Lévi-Strauss recebeu-o, muito cortês. "Vá sim, mas saiba que será deprimente", foi a resposta. Em 2007, Devaux enviou-lhe um livro, em que questionava os conceitos estruturalistas. "Recebi uma resposta muito doce que dizia: "Leio seu livro ainda, embora muito lentamente. O que me deixa mais tempo para meditar sobre nossas concordâncias e discordâncias"."
As atuais concordâncias e discordâncias de Lévi-Strauss em torno da imigração na França, da eleição de Obama, da crise financeira e de outras ordens do dia são um mistério. Faz alguns anos que parou por completo de dar entrevistas por "já não se considerar um homem deste tempo".
E de que tempo ele é, então? Talvez daquele tempo mítico que ele próprio descreve em "A Via das Máscaras".
Tempo em que a coleção de arte primitiva morava no Museu do Homem, e não no enorme Museu do Quai Branly, criado por Jean Nouvel.
Tempos de Barthes, Bachelard, Braudel. Hoje, todos eles viraram nomes de ruas parisienses, escritos em letras brancas sobre placas azuis.

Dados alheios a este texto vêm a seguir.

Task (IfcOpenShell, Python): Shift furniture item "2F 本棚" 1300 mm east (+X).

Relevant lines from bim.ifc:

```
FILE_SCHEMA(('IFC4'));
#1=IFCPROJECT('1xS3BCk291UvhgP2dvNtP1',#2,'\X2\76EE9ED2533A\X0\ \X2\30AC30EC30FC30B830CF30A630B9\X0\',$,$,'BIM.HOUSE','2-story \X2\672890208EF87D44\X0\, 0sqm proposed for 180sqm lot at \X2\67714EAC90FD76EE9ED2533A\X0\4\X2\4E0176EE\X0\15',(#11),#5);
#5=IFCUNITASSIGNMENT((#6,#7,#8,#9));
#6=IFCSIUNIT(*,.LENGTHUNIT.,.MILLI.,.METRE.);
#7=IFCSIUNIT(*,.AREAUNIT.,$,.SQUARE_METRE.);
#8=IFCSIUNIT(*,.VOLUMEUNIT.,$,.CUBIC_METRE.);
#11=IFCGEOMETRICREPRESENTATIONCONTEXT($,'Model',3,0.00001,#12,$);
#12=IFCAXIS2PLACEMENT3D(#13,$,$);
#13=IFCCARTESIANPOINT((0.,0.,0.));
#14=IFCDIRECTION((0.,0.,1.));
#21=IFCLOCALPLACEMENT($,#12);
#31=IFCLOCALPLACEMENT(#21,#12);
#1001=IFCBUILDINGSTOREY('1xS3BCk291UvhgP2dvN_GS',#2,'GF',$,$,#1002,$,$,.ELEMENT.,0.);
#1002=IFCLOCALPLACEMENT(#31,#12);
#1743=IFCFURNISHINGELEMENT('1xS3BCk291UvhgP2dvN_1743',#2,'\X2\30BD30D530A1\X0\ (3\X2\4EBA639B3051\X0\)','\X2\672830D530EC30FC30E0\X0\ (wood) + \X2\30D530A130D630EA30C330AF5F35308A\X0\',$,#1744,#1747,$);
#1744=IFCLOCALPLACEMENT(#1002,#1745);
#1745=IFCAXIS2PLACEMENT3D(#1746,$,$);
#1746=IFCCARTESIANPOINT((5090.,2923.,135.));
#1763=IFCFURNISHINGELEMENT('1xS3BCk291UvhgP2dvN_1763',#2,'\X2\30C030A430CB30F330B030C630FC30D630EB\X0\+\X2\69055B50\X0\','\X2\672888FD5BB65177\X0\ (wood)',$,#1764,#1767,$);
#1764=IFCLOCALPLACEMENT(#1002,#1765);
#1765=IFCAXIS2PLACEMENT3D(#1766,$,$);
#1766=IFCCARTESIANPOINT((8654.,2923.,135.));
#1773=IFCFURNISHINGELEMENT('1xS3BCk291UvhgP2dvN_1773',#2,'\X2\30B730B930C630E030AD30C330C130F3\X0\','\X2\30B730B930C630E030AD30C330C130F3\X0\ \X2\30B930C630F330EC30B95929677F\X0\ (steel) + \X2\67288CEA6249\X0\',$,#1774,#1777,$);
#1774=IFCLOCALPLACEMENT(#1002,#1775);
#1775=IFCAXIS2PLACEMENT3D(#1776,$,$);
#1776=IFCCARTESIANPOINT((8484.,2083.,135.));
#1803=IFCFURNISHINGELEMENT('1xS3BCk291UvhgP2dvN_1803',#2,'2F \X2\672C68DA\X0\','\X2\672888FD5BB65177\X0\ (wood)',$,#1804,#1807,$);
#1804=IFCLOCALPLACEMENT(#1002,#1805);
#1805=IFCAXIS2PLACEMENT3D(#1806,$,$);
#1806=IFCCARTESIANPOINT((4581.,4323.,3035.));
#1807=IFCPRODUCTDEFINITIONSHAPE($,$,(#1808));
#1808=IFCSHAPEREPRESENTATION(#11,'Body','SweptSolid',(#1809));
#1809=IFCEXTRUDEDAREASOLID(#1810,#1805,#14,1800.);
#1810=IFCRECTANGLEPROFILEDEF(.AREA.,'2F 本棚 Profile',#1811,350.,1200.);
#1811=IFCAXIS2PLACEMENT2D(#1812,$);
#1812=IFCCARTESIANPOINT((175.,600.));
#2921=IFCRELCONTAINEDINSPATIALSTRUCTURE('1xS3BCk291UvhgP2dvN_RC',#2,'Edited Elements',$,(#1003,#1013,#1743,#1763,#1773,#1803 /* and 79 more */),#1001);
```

```python
import ifcopenshell
import ifcopenshell.api.geometry
import ifcopenshell.util.placement

model = ifcopenshell.open("bim.ifc")

item = model.by_id(1803)
matrix = ifcopenshell.util.placement.get_local_placement(item.ObjectPlacement)
matrix[0, 3] += 1300.0
ifcopenshell.api.geometry.edit_object_placement(model, product=item, matrix=matrix, is_si=False)

print(ifcopenshell.util.placement.get_local_placement(item.ObjectPlacement).round(3) + 0.0)

model.write("bim_edited.ifc")
```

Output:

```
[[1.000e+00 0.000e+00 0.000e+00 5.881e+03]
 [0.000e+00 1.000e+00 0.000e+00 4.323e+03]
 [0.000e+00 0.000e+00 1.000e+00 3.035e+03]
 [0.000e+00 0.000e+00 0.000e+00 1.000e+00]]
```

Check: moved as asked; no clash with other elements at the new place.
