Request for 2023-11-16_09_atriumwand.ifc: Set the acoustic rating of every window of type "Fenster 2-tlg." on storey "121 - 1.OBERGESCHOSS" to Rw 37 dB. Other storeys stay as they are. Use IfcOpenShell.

First a look at what the model holds.

```python
import ifcopenshell
import ifcopenshell.util.element

model = ifcopenshell.open("2023-11-16_09_atriumwand.ifc")
print(model.schema)
storey = next(s for s in model.by_type("IfcBuildingStorey") if s.Name == "121 - 1.OBERGESCHOSS")
windows = [e for e in ifcopenshell.util.element.get_decomposition(storey) if e.is_a("IfcWindow")]
seen = {}
for e in windows:
    element_type = ifcopenshell.util.element.get_type(e)
    key = (element_type.Name if element_type != e and element_type else None, ifcopenshell.util.element.get_pset(e, "Pset_WindowCommon", "AcousticRating"))
    seen[key] = seen.get(key, 0) + 1
for (name, value), count in sorted(seen.items(), key=str):
    print(count, "x", name, "|", value)
```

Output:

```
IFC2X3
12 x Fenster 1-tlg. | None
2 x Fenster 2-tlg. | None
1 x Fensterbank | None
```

```python
import ifcopenshell
import ifcopenshell.api.pset
import ifcopenshell.util.element

model = ifcopenshell.open("2023-11-16_09_atriumwand.ifc")

storey = next(s for s in model.by_type("IfcBuildingStorey") if s.Name == "121 - 1.OBERGESCHOSS")
windows = [e for e in ifcopenshell.util.element.get_decomposition(storey) if e.is_a("IfcWindow")]

count = 0
for e in windows:
    element_type = ifcopenshell.util.element.get_type(e)
    if element_type in (None, e) or element_type.Name != "Fenster 2-tlg.":
        continue
    # add_pset returns the element's existing set when there is one.
    pset = ifcopenshell.api.pset.add_pset(model, product=e, name="Pset_WindowCommon")
    ifcopenshell.api.pset.edit_pset(model, pset=pset, properties={"AcousticRating": "Rw 37 dB"})
    count += 1

print(count, "windows updated")

model.write("2023-11-16_09_atriumwand_edited.ifc")
```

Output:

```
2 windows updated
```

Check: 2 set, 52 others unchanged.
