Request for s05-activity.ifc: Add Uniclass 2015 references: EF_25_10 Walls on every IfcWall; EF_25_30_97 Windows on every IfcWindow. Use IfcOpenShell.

First a look at what the model holds.

```python
import ifcopenshell

model = ifcopenshell.open("s05-activity.ifc")
print(model.schema)
print("classifications:", [c.Name for c in model.by_type("IfcClassification")])
for ifc_class in ("IfcDoor", "IfcRoof", "IfcStair", "IfcWall", "IfcWindow"):
    print(ifc_class, len(model.by_type(ifc_class)))
```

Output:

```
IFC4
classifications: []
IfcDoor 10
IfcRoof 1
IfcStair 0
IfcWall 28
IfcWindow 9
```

```python
import ifcopenshell
import ifcopenshell.api.classification

model = ifcopenshell.open("s05-activity.ifc")

system = ifcopenshell.api.classification.add_classification(model, classification="Uniclass 2015")

codes = {
    "IfcWall": ("EF_25_10", "Walls"),
    "IfcWindow": ("EF_25_30_97", "Windows"),
}
for ifc_class, (code, name) in codes.items():
    products = model.by_type(ifc_class)
    ifcopenshell.api.classification.add_reference(
        model, products=products, classification=system, identification=code, name=name
    )
    print(code, len(products))

model.write("s05-activity_rev.ifc")
```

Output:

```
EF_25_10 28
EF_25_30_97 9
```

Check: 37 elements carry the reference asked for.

Saussure é uma avenida movimentada perto da Porte de Clichy, bem ao norte. Foucault é uma alameda que termina no rio, colada ao Trocadéro.
Hoje, solto num tempo em que seus amigos, inimigos e seguidores diretos já desapareceram, Lévi-Strauss persiste como homem e como mito -ele que tanto analisou a interação simbólica entre vivos e mortos na sociedade dos bororos.
Disputando com Sartre o título de intelectual mais influente do século 20, ele é ainda um senhor de cem anos, recolhido no silêncio. Absolutamente vivo.